The state of Ohio, which has been a source of scandal in past presidential elections, will undoubtedly be carefully scrutinized this time around knowing fully well the errors that may happen. And with Ohio being a key battleground state in the election, the stakes are high.
"As Ohio goes, so goes the nation." That saying has remained true since 1960, where the candidate of choice in Ohio has always gone on to become the elected President. Furthermore, no Republican has won the presidency without winning Ohio since the days of Lincoln. Could a few votes lost here or there swing the election in one party's favor, or is the deal already sealed, as some suspect?










Comments
Diebold Admits Programming Flaw
Stephen Spoonamore a renowned cyber security expert and life long Republican states unambiguously that electronic voting machines cannot be made secure. He provides a stunning indictment of the electronic voting machine industry in a video interview on velvetrevolution.us. We think we are living in a democracy. Not so if citizens are not informed about and mobilized to demand vote counting accountability. Our democracy is in jeopardy until we ban all touchscreen voting machines and require rigorous audits of optical scan vote tallies against a hand count of the paper ballots. We need emergency legislation that mandates voting machine accountability nationwide. Paper ballots must be used for the presidential race in states that use paperless direct recording electronic (DRE's). We also need legislation that requires a reckoning of electronic vote totals with paper audit trails in the states that have audit trails before the election results are certified. To avoid mayhem and contested recounts in a close presidential election in November we need legislation in place that requires random surprise audits of the paper audit trail compared to the machine totals.
Teresa Blakely
Get rid of all voting machines and secret vote counts
"Fortunately the problem has been recognized" -- nope.

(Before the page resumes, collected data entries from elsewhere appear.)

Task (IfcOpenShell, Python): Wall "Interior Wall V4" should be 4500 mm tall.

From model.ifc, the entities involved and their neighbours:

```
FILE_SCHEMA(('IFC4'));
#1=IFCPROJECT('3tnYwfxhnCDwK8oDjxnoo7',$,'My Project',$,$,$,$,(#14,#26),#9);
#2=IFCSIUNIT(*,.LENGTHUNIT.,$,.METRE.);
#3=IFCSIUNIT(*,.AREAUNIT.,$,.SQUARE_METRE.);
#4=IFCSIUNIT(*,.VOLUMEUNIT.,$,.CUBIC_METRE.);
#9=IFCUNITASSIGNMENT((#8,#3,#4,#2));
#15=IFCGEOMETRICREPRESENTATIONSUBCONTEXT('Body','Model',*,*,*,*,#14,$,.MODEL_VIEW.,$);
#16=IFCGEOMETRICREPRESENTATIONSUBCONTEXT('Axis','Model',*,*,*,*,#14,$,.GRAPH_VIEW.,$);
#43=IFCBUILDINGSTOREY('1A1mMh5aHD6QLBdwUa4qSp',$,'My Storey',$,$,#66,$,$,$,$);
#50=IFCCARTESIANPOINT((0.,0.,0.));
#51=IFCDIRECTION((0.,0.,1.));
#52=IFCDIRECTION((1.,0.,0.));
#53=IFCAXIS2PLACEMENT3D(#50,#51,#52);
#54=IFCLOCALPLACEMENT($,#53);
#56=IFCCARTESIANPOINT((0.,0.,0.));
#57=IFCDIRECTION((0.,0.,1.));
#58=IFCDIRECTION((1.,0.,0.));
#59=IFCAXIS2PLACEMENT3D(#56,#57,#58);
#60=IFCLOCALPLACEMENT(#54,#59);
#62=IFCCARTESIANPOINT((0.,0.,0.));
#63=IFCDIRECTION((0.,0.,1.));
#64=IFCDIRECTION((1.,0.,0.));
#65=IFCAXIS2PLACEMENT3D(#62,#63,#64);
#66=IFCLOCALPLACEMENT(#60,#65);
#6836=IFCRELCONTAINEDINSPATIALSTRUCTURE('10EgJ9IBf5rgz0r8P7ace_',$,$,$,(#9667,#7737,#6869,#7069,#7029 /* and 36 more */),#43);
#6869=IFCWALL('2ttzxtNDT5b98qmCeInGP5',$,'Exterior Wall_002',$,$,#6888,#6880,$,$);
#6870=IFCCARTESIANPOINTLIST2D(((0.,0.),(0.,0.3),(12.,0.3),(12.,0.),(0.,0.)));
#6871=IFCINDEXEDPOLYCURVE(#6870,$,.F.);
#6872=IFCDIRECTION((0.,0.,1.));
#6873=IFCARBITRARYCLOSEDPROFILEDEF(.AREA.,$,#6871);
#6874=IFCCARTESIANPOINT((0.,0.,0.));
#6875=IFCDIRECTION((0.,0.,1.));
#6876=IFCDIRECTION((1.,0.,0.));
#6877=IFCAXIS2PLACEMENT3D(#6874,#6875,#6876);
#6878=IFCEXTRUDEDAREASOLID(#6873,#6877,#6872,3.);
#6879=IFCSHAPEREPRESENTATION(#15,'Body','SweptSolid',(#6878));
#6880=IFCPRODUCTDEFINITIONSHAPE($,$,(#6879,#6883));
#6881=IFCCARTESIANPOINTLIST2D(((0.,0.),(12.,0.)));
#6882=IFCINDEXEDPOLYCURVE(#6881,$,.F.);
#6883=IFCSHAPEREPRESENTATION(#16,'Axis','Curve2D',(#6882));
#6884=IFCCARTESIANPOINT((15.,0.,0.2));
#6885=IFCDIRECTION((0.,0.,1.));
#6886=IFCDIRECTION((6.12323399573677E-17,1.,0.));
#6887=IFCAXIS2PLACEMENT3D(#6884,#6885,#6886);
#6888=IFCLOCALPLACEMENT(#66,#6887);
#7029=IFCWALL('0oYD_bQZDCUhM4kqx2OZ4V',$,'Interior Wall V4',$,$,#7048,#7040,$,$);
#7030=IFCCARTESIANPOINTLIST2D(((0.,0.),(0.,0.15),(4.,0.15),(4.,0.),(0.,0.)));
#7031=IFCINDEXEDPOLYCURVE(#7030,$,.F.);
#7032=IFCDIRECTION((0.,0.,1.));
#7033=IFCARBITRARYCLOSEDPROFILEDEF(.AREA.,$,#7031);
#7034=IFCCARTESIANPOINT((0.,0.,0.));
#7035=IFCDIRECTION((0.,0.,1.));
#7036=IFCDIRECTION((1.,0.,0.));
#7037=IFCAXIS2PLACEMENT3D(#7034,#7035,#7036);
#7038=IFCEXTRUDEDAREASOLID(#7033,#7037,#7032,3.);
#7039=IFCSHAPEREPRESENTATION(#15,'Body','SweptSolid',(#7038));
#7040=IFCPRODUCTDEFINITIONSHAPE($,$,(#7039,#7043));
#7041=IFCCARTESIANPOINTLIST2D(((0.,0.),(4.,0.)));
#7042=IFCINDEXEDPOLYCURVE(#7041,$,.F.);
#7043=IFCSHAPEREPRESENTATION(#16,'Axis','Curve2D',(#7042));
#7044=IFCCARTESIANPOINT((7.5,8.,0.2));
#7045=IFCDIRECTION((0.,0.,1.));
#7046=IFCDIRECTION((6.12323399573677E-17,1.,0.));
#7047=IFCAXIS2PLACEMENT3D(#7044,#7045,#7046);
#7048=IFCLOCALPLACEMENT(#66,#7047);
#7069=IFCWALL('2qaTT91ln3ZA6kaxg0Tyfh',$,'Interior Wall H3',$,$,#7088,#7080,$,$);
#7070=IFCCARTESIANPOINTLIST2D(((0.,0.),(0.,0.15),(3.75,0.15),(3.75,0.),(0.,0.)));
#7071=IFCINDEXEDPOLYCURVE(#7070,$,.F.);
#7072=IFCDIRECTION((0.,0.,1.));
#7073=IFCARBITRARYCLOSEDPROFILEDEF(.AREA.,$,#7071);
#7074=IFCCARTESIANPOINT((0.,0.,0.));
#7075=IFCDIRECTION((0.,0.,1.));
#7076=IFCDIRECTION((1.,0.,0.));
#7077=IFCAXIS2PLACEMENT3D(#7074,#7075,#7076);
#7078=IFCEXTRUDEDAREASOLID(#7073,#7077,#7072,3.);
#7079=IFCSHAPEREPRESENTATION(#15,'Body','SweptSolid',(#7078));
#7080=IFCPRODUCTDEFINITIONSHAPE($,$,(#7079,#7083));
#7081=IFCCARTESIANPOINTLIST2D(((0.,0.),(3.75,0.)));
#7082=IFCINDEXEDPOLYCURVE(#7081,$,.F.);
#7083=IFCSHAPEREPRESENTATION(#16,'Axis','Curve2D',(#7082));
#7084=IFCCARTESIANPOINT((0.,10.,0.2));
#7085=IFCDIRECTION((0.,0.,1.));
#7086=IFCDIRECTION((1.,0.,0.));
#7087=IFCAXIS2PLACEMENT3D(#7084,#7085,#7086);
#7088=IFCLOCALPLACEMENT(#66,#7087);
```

```python
import ifcopenshell
import ifcopenshell.geom
import ifcopenshell.util.representation
import ifcopenshell.util.shape
import ifcopenshell.util.unit

model = ifcopenshell.open("model.ifc")
unit_scale = ifcopenshell.util.unit.calculate_unit_scale(model)
settings = ifcopenshell.geom.settings()


def volume(element):
    """Net volume in cubic metres, openings subtracted."""
    shape = ifcopenshell.geom.create_shape(settings, element)
    return ifcopenshell.util.shape.get_volume(shape.geometry)


wall = model.by_guid("0oYD_bQZDCUhM4kqx2OZ4V")
before = volume(wall)

body = ifcopenshell.util.representation.get_representation(wall, "Model", "Body")
solid = body.Items[0]
old_height = solid.Depth
solid.Depth = 4.5 / unit_scale
after = volume(wall)

print(f"height {old_height:g} -> {solid.Depth:g}, volume {before:.3f} -> {after:.3f} m3")

model.write("model_edited.ifc")
```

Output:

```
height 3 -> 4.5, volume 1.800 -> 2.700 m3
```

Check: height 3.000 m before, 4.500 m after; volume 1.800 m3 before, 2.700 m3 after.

If the problem had really been recognized, none of us would be showing up to vote in November.
Because the problem is that ALL electronic voting machines, including optical scanners, have to GO. All secretive ballot counting behind closed doors has to GO.
Until America realizes that their votes haven't counted for decades and rally together to demand election change, then NO, the problem has NOT been recognized.